Materials provided:
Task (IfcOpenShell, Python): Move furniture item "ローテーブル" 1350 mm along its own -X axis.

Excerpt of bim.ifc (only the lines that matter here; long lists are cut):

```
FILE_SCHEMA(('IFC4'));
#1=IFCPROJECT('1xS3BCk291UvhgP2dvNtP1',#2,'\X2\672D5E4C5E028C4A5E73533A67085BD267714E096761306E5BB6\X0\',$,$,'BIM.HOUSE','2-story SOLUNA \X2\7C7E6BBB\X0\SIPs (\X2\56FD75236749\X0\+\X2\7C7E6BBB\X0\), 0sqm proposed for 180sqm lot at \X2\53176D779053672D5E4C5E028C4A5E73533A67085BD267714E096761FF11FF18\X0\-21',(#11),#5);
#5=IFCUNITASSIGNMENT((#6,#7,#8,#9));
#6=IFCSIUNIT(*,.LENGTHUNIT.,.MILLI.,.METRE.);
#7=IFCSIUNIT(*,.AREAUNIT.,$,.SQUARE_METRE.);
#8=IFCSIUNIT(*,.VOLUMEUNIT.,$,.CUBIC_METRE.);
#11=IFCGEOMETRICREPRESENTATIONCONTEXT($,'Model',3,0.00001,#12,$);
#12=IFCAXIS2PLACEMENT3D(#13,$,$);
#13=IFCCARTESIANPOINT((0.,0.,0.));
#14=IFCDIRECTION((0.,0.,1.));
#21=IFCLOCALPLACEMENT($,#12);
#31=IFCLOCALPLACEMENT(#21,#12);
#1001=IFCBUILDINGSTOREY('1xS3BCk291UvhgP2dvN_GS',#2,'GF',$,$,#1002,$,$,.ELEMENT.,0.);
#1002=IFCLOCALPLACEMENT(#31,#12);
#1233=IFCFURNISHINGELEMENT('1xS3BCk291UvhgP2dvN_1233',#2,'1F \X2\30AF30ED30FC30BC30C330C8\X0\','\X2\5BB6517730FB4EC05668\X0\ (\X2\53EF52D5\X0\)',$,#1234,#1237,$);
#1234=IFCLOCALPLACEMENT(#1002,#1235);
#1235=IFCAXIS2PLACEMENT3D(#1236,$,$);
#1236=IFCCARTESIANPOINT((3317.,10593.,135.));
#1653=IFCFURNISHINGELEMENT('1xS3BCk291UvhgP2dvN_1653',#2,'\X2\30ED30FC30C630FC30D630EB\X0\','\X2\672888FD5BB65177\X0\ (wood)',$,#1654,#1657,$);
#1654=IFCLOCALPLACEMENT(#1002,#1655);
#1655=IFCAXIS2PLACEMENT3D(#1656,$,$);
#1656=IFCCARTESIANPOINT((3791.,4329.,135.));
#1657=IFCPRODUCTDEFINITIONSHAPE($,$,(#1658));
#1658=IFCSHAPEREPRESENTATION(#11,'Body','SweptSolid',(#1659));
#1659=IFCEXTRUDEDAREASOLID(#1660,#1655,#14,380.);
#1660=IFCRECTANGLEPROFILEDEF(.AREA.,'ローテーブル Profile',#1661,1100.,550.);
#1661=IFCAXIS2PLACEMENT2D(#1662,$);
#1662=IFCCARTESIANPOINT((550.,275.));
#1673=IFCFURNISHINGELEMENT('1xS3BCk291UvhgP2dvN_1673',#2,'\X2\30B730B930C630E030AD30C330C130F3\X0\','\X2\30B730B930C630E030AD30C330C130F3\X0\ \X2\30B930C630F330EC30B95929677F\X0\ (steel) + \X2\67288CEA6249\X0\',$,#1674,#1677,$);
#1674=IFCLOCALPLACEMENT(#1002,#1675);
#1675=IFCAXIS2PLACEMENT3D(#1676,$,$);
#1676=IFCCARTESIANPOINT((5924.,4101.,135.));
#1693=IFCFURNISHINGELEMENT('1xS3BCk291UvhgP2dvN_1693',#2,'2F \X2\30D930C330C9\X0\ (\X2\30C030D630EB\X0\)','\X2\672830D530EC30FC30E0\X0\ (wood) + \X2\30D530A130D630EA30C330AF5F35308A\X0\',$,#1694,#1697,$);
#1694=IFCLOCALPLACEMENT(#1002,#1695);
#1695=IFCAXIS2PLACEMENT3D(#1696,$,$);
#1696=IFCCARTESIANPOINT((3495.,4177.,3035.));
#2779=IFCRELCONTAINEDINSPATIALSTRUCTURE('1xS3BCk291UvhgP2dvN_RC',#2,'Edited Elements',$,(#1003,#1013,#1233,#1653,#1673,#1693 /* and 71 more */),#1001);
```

```python
import ifcopenshell
import ifcopenshell.api.geometry
import ifcopenshell.util.placement
import ifcopenshell.util.unit

model = ifcopenshell.open("bim.ifc")
unit_scale = ifcopenshell.util.unit.calculate_unit_scale(model)

item = model.by_guid("1xS3BCk291UvhgP2dvN_1653")
matrix = ifcopenshell.util.placement.get_local_placement(item.ObjectPlacement)
matrix[:3, 3] -= matrix[:3, 0] * 1.35 / unit_scale
ifcopenshell.api.geometry.edit_object_placement(model, product=item, matrix=matrix, is_si=False)

print(ifcopenshell.util.placement.get_local_placement(item.ObjectPlacement).round(3) + 0.0)

model.write("bim_v2.ifc")
```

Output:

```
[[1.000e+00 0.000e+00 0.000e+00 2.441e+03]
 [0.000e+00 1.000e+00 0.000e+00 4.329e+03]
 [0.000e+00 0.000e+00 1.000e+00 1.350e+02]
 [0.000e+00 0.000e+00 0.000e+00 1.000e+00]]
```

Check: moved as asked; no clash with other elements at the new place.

Brief:
Using the entries above, say how many lines contain the string "IFCCARTESIANPOINT"; the number is the full reply.

Written solution:
6